We realize that making any distinction at all between legitimate POWs and unlawful combatants is controversial in some quarters -- which unfortunately seems to include the International Committee of the Red Cross. But this is a policy dispute and the media should treat it as such, rather than go along with attempts to conflate unrelated issues such as whether a detainee is being accorded POW status and whether he is in fact subject to overly coercive interrogation.
Far from fostering an anything-goes culture at Guantanamo, it turns out that in December 2002 Mr. Rumsfeld actually rejected a number of proposed techniques as too harsh. They included suggestions of imminent death or severe pain, and actions "to induce the misperception of suffocation." He did approve the removal of prisoners' clothing, only to rescind the approval the following month. That's a long way from authorizing the piles of naked prisoners photographed by one unit at Abu Ghraib.

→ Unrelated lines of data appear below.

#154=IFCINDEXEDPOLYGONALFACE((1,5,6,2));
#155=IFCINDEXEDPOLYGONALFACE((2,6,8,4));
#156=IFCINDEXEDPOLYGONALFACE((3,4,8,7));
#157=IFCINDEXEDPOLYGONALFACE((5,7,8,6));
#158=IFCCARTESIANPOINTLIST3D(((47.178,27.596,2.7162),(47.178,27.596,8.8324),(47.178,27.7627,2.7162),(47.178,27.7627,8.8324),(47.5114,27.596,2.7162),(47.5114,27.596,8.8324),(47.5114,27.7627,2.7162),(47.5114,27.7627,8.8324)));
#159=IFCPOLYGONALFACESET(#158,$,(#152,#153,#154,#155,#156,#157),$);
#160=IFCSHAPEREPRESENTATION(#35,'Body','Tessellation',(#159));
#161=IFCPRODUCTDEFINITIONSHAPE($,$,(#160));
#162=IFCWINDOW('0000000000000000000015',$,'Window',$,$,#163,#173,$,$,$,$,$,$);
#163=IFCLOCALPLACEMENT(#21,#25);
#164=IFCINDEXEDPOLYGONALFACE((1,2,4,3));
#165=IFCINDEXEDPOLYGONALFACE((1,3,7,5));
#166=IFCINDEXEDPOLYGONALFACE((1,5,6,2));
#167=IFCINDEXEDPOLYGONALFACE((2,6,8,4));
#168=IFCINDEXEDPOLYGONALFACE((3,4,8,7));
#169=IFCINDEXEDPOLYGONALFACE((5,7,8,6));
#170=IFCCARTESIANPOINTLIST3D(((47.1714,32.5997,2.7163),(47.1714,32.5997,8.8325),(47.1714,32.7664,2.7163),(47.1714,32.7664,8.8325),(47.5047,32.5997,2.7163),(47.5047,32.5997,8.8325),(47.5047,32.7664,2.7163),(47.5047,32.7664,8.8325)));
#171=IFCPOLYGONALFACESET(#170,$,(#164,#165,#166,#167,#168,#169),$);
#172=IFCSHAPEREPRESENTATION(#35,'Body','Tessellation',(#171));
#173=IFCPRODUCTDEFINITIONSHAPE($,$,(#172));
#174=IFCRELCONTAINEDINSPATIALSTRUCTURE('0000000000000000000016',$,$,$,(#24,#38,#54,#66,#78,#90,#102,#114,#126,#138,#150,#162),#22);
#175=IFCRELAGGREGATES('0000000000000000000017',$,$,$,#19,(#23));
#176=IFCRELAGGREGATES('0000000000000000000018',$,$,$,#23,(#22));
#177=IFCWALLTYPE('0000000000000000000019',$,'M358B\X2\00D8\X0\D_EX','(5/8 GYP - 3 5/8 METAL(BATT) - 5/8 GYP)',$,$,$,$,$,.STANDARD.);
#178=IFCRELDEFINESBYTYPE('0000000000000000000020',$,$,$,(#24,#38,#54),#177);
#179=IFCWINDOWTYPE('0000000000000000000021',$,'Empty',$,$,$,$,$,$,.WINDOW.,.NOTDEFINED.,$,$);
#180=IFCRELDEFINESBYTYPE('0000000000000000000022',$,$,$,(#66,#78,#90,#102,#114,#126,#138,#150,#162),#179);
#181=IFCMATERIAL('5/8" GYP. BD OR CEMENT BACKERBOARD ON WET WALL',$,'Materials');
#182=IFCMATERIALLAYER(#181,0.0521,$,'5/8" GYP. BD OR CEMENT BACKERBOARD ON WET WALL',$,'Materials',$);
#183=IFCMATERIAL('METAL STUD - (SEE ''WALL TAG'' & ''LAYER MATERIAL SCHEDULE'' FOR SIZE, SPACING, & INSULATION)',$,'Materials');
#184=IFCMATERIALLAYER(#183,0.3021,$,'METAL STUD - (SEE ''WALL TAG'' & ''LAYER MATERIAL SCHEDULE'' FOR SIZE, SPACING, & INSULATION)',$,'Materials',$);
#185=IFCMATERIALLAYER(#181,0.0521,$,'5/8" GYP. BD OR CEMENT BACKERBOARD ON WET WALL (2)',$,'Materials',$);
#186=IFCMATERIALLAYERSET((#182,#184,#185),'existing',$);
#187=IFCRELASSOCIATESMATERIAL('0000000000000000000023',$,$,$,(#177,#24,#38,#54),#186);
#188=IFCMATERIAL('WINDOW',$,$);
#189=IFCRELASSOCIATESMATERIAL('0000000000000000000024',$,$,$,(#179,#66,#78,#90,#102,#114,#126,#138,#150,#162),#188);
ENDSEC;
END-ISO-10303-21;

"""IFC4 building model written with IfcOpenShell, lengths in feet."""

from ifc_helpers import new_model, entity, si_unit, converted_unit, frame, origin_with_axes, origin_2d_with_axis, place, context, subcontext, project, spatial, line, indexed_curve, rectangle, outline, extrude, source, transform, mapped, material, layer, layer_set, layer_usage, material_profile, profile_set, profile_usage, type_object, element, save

The bottom line is that everything we've learned over the past month supports the assessment that the Abu Ghraib abuses were an aberration caused by a few bad apples and enabled by poor command leadership. And many of the appropriate lessons seem already to have been drawn.
Major-General Antonio Taguba is probably right that military police should never have been involved in the interrogation of such detainees. Brigadier-General Janis Karpinski may also have a point that there were simply too many prisoners at Abu Ghraib for the number of MPs she had to handle. But there remains no evidence that anyone told Specialist Graner to do what he allegedly did, and there is no doubt that what he is accused of violated stated DOD policy. Should this picture change during the courts martial to come, we'll be among the first to take note. Reports yesterday that two military intelligence officers may face charges in the suffocation death of an Iraqi general also bear watching.
A further word on that August 2002 Justice memo is in order, since it complicates the argument of those who want to locate blame for a "culture of permissiveness" in the office of the Secretary of Defense. In fact, the lawyers at the Office of Legal Counsel went as far as they did in the memo -- including questioning the constitutionality of a U.S. anti-torture statute -- because they were asked to do so by Attorney General Ashcroft.
And we are told by reliable sources that Mr. Ashcroft in turn was responding to a direct request from the CIA, whose officers wanted absolute immunity with respect to their own interrogations. We are further told that the National Security Council was also aware of and sanctioned this request. No doubt everyone can now claim that the arguments in the memo were at the least politically tone deaf. But blaming them on rogue Justice lawyers or the Defense Department is rewriting history.
Instead of repudiating its own lawyers, Bush officials would be better off explaining that what they are trying to do is the very difficult and complicated business of protecting a free society that believes in the rule of law from terrorists who believe in neither.
This editorial pretty much speaks for itself, as do the memos.
The Left has succeeded in tying the hands of our soldiers and our interrogators even more in the field of combat--Congratulations!
Now we're that much more at risk.
And you can tell that detainees have been telling us plenty, too.
With the release of this memo and how they show that the responsibility and establishment of policy goes all the way to the top, including Rummy, Tenet, Ashcroft and President Bush, will the Left--the partisan media, the EUrowhiners, the Dims and other assorted Bushbashers--SHUT UP ABOUT ABU GHRAIB?!?